Teachers are, on their own, doing very good assessment of student performance. They have left behind the multiple-choice tests used for years, but the district's teachers are stuck. They want to teach well. They also want students to do well on tests which adhere to the state standards.
"It's hard to sell at the local level," Litherland said. "You're sitting there with a bunch of teachers and they say, 'Give me what's going to be on the test.'"
One particular national standard of importance to Litherland is "science as inquiry." It used to be called "designing and doing experiments." In Columbia, these experiments are integrated into classes where possible, giving students experience in exploring science for themselves.
A big difference now is the concept of the science fair. In the past, a student may have been told to do a science fair project without much additional help. Now students learn how to think about experiments, how to build them and how to interpret results. It's working. Columbia schools win Missouri Science Olympiad awards year after year.
Although Litherland said she believes standards renew the commitment to teaching excellence, she said she fears that the state testing system asks too much of students too early. She said she isn't happy with the current timetable.
When the state was planning education schedules, Litherland and other science educators asked the department of education to schedule science testing in fourth, eighth and 11th grades.
As all of the state's standards and assessment guidelines are developed, there will be too many tests to have all of them in any one year. The state decided to split testing between third and fourth grades, seventh and eighth grades, and 10th and 11th grades.
Science testing was the second standard implemented in Missouri, which should have given it free choice in the timetable, Litherland said, yet the state decided against the educators' request.
This spring, the first state tests will be administered. Litherland is hopeful but not optimistic. "I think our scores are probably going to be pretty poor," she said. "Our kids aren't going to do as well as I think they could because of this misalignment."
She explained the scores do not measure the quality of science education in Columbia, but merely Columbia's adherence to the state-set curricular time table. In this world of change, though, the legislators are the only people who can help Litherland ease the transition.

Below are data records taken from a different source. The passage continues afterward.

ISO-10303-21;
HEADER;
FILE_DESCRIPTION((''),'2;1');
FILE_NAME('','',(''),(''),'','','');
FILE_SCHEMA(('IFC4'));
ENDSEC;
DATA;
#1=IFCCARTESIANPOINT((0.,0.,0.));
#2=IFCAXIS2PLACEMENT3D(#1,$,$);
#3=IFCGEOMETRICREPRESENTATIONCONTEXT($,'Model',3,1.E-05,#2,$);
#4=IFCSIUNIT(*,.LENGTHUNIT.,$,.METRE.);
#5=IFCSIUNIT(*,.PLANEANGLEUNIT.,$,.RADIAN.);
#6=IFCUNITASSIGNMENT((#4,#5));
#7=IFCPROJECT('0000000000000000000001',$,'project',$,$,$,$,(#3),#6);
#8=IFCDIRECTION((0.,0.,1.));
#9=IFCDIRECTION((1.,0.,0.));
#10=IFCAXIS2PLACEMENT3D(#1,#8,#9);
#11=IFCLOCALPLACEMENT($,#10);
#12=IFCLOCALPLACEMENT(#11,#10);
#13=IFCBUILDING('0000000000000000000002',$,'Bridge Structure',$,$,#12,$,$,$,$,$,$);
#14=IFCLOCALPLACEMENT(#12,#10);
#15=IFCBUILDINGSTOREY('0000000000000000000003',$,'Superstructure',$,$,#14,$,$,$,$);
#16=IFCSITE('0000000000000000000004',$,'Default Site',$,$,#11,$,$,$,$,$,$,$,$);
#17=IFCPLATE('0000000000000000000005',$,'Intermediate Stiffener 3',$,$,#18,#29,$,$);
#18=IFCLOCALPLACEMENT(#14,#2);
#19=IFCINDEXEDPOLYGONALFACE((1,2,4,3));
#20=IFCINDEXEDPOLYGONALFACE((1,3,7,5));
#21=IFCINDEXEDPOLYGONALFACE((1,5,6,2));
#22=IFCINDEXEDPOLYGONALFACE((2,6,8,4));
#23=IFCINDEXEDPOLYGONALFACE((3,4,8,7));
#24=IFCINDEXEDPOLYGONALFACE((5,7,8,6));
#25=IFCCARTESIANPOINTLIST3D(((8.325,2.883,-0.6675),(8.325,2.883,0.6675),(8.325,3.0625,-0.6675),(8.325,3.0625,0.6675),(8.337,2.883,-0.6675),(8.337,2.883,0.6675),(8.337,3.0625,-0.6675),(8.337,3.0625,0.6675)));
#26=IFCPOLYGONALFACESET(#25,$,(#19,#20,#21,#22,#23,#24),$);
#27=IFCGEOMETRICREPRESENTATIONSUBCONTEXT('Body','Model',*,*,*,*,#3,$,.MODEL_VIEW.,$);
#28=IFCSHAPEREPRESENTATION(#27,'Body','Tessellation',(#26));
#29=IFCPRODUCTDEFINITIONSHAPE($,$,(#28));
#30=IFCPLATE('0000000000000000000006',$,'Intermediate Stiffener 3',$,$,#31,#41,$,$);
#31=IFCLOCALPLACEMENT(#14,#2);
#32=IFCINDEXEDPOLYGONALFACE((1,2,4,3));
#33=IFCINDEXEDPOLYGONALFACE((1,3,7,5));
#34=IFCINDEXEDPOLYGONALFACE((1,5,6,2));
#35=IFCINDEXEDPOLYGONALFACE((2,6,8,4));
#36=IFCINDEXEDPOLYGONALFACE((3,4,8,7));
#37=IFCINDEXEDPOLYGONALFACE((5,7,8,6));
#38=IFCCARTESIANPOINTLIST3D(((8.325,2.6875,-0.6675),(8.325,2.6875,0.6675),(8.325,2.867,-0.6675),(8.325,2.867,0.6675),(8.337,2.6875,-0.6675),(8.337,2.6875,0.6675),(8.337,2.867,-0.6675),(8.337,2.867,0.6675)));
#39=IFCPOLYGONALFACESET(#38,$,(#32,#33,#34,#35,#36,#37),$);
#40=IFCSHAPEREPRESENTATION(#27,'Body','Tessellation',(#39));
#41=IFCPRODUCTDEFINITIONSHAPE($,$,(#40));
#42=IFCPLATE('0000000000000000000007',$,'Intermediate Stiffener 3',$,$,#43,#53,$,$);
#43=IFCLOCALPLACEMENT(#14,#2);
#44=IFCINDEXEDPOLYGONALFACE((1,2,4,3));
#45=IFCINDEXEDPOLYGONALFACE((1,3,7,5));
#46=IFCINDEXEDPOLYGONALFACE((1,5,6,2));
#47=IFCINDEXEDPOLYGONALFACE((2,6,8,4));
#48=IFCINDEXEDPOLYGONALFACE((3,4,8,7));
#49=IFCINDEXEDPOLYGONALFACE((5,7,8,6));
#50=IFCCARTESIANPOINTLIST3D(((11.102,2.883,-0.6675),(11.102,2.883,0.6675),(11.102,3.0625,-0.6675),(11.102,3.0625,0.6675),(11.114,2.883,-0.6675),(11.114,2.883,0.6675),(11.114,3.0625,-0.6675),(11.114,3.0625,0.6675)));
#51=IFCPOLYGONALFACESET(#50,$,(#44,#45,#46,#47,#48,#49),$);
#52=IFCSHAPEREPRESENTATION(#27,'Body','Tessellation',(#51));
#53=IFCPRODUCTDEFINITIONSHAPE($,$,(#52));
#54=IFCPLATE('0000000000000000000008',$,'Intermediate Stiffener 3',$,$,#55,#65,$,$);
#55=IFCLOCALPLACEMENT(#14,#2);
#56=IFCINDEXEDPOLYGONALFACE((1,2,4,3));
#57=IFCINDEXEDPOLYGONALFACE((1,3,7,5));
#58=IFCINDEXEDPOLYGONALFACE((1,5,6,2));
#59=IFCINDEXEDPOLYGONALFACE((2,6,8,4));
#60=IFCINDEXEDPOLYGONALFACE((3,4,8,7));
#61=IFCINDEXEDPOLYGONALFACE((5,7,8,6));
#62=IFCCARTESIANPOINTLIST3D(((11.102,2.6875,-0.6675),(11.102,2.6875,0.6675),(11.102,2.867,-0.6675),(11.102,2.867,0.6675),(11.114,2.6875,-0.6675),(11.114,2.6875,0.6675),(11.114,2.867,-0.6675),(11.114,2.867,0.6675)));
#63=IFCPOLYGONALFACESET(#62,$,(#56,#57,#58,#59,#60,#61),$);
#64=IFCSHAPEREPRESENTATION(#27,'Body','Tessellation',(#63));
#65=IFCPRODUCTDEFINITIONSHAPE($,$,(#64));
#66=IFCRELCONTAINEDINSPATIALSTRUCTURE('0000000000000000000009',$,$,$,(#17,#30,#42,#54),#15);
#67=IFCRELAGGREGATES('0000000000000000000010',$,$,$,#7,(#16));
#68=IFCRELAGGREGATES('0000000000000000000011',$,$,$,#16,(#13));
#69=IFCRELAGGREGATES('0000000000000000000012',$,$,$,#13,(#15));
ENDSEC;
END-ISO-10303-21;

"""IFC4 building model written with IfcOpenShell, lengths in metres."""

from ifc_helpers import new_model, si_unit, frame, origin, origin_with_axes, origin_2d_with_axis, place, context, subcontext, project, spatial, rectangle, extrude, element, save


model = new_model("IFC4")

# Units and contexts
model_context = context("Model", 3, precision=1e-05, world=origin())
body_context = subcontext(model_context, "Body", "Model", "MODEL_VIEW")
ifc_project = project(units=[si_unit("LENGTHUNIT", "METRE"), si_unit("PLANEANGLEUNIT", "RADIAN")], contexts=[model_context])

# Site, building, storey
site_placement = place(None, origin_with_axes())
site = spatial("IfcSite", under=ifc_project, at=site_placement, Name="Default Site")
building_placement = place(site_placement, origin_with_axes())
building = spatial("IfcBuilding", under=site, at=building_placement, Name="Bridge Structure")
storey_placement = place(building_placement, origin_with_axes())
storey = spatial("IfcBuildingStorey", under=building, at=storey_placement, Name="Superstructure")

# Plates
for number, where, z_axis, x_axis, name in (
    (1, (8.331, 2.9728, -0.6675), (0.0, 0.0, 1.0), (1.0, 0.0, 0.0), "Intermediate Stiffener 3"),
    (2, (8.331, 2.7772, -0.6675), (0.0, 0.0, 1.0), (1.0, 0.0, 0.0), "Intermediate Stiffener 3"),
    (3, (11.108, 2.9728, -0.6675), (0.0, 0.0, 1.0), (1.0, 0.0, 0.0), "Intermediate Stiffener 3"),
    (4, (11.108, 2.7772, -0.6675), (0.0, 0.0, 1.0), (1.0, 0.0, 0.0), "Intermediate Stiffener 3"),
):
    element("IfcPlate", number, at=place(storey_placement, frame(where, z_axis=z_axis, x_axis=x_axis)), inside=storey, Name=name, context=body_context, shape_type="SweptSolid", body=[
        extrude(rectangle(XDim=0.012, YDim=0.1795, at=origin_2d_with_axis()), origin_with_axes(), (0.0, 0.0, 1.0), 1.335),
    ])

save(model, "model.ifc")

The people who set the standards often have a poor grasp of early childhood education, she said. That means they don't understand how much growing and changing occurs from year to year. They don't see the trade-off in primary grades between time spent on science and on literacy education.
"I hope that we'll be able to have good test scores without sacrificing our children," she said. "I want kids to come out of our elementary schools loving science, being successful at science."